Technical Abstract: Microbial feed quality is an ongoing concern for poultry feed mill operations. As such, a microbial quality baseline must be established for improving and maintaining commercial feeds. Therefore, in this two-part study ( Part II ), the objective was to elucidate this baseline using 16S rDNA sequencing. Nine commercial poultry feeds formulated as a starter, grower, starter/grower, or supplement diet were selected: Purina ® flock raiser crumbles (PC); Purina ® starter/grower medicated crumbles (PM); Manna Pro ® meatbird starter/grower crumbles with probiotics (MPP); Manna Pro ® scratch mixed grains (MPG); Manna Pro ® organic grower crumbles (MPO); Hiland Natural ® starter crumbles (HN); Durvet Strike III ® poultry pellets (DS); leastcost formulated crumbled starter diet (LCC); least-cost formulated pelleted grower diet (LCP).
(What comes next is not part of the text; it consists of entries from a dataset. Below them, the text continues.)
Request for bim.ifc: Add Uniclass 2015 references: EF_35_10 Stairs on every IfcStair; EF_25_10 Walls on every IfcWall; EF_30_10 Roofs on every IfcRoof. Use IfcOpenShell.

First a look at what the model holds.

```python
import ifcopenshell

model = ifcopenshell.open("bim.ifc")
print(model.schema)
print("classifications:", [c.Name for c in model.by_type("IfcClassification")])
for ifc_class in ("IfcDoor", "IfcRoof", "IfcStair", "IfcWall", "IfcWindow"):
    print(ifc_class, len(model.by_type(ifc_class)))
```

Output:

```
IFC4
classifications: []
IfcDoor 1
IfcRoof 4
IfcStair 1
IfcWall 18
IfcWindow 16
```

```python
import ifcopenshell
import ifcopenshell.api.classification

model = ifcopenshell.open("bim.ifc")

system = ifcopenshell.api.classification.add_classification(model, classification="Uniclass 2015")

codes = {
    "IfcStair": ("EF_35_10", "Stairs"),
    "IfcWall": ("EF_25_10", "Walls"),
    "IfcRoof": ("EF_30_10", "Roofs"),
}
for ifc_class, (code, name) in codes.items():
    products = model.by_type(ifc_class)
    ifcopenshell.api.classification.add_reference(
        model, products=products, classification=system, identification=code, name=name
    )
    print(code, len(products))

model.write("bim_rev.ifc")
```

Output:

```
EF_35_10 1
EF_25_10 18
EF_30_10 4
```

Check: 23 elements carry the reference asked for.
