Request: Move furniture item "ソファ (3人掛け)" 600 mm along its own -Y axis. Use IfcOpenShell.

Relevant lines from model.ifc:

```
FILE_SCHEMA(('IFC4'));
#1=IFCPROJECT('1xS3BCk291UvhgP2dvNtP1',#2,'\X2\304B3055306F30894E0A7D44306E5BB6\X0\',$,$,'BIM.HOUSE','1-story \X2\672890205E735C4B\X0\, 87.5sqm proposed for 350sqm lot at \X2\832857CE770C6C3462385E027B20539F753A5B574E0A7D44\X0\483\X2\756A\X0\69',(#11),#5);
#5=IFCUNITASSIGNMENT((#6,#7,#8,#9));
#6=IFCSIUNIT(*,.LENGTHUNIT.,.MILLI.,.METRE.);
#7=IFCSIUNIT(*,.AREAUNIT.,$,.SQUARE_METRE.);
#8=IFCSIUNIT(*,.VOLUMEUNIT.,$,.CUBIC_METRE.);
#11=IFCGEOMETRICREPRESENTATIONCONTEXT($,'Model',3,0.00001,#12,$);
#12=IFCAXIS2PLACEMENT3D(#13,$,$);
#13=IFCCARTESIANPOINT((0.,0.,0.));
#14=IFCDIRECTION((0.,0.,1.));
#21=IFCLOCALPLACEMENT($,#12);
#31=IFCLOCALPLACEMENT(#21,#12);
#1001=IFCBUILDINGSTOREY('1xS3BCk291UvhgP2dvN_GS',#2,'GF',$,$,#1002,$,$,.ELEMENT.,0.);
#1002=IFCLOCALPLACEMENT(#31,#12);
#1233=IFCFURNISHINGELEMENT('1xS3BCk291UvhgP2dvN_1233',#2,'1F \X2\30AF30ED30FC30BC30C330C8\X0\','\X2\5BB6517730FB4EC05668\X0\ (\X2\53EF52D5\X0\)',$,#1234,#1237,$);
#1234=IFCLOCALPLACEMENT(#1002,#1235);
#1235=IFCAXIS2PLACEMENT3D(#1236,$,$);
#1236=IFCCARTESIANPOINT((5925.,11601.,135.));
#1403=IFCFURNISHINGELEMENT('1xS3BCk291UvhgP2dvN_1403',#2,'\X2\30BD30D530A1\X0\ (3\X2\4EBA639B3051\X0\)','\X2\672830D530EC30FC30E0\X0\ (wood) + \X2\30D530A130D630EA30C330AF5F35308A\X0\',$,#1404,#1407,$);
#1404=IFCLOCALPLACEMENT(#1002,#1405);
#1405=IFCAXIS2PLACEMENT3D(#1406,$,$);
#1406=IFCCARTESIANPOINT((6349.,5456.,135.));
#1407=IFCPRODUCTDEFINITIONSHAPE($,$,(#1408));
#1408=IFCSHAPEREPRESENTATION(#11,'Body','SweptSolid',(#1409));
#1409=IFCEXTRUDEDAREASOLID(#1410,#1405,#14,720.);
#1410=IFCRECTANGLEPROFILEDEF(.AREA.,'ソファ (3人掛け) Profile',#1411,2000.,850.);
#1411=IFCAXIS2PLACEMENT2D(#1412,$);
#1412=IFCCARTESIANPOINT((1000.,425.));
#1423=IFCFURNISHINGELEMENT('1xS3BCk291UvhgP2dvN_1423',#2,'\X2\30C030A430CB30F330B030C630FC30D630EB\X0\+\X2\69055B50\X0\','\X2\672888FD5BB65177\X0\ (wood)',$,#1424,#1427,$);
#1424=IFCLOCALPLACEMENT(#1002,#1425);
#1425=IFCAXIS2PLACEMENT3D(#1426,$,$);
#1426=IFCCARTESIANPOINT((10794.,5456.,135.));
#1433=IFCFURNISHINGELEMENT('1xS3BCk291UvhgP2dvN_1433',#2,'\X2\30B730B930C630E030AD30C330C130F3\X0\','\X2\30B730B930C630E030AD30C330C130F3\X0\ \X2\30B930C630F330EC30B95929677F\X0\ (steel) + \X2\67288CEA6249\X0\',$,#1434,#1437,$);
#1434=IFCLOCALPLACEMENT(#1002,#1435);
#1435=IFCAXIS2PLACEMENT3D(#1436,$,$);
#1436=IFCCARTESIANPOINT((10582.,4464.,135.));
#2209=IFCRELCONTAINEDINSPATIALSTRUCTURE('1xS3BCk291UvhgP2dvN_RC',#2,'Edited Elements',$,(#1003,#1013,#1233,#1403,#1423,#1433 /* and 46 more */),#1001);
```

```python
import ifcopenshell
import ifcopenshell.api.geometry
import ifcopenshell.util.placement
import ifcopenshell.util.unit

model = ifcopenshell.open("model.ifc")
unit_scale = ifcopenshell.util.unit.calculate_unit_scale(model)

item = model.by_guid("1xS3BCk291UvhgP2dvN_1403")
matrix = ifcopenshell.util.placement.get_local_placement(item.ObjectPlacement)
matrix[:3, 3] -= matrix[:3, 1] * 0.6 / unit_scale
ifcopenshell.api.geometry.edit_object_placement(model, product=item, matrix=matrix, is_si=False)

print(ifcopenshell.util.placement.get_local_placement(item.ObjectPlacement).round(3) + 0.0)

model.write("model_v2.ifc")
```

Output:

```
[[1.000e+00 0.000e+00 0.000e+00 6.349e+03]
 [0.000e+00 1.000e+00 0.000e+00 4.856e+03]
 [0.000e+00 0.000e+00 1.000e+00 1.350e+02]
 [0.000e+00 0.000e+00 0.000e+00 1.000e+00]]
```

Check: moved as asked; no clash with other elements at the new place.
Genomic DNA was extracted using methodologies described in Part I , amplified using custom dual-indexed primers, and sequenced (Illumina MiSeq). Sequencing data were analyzed in QIIME2-2021.4 and R Studio with alpha (Kruskal-Wallis) and beta (ANOSIM) diversity, compositional taxonomic differences (ANCOM), and core microbiomes ( core_members ) being determined. Main and pairwise effects were considered significant at P £ 0.05 and Q £ 0.05. MPP and PM feeds and starter/grower diet type had the lowest evenness and diversity compared to other feeds and diet types (P < 0.05; Q < 0.05). As well, MPP and starter/grower diet consisted of significantly different microbiome compositions and feed supplemented with probiotics or medicated feed produced different, yet phylogenetically similar, microbial abundances across treatments (P < 0.05; Q < 0.05). Using ANCOM, 46 different phyla were different between the nine feed types with Proteobacteria, Firmicutes, Bacteroidota, Campylobacterota, Actinobacteriota, and Cyanobacteria being the most abundant. Among the four diet types, the phyla Alpha-proteobacteria and Chloroflexi were different as well as the core microbiomes were not the same between diet types. The results of the study indicate that there is a diverse microbial population among commercial feeds, and the relationship of poultry feeds to the early poultry gastrointestinal tract (GIT) should be explored.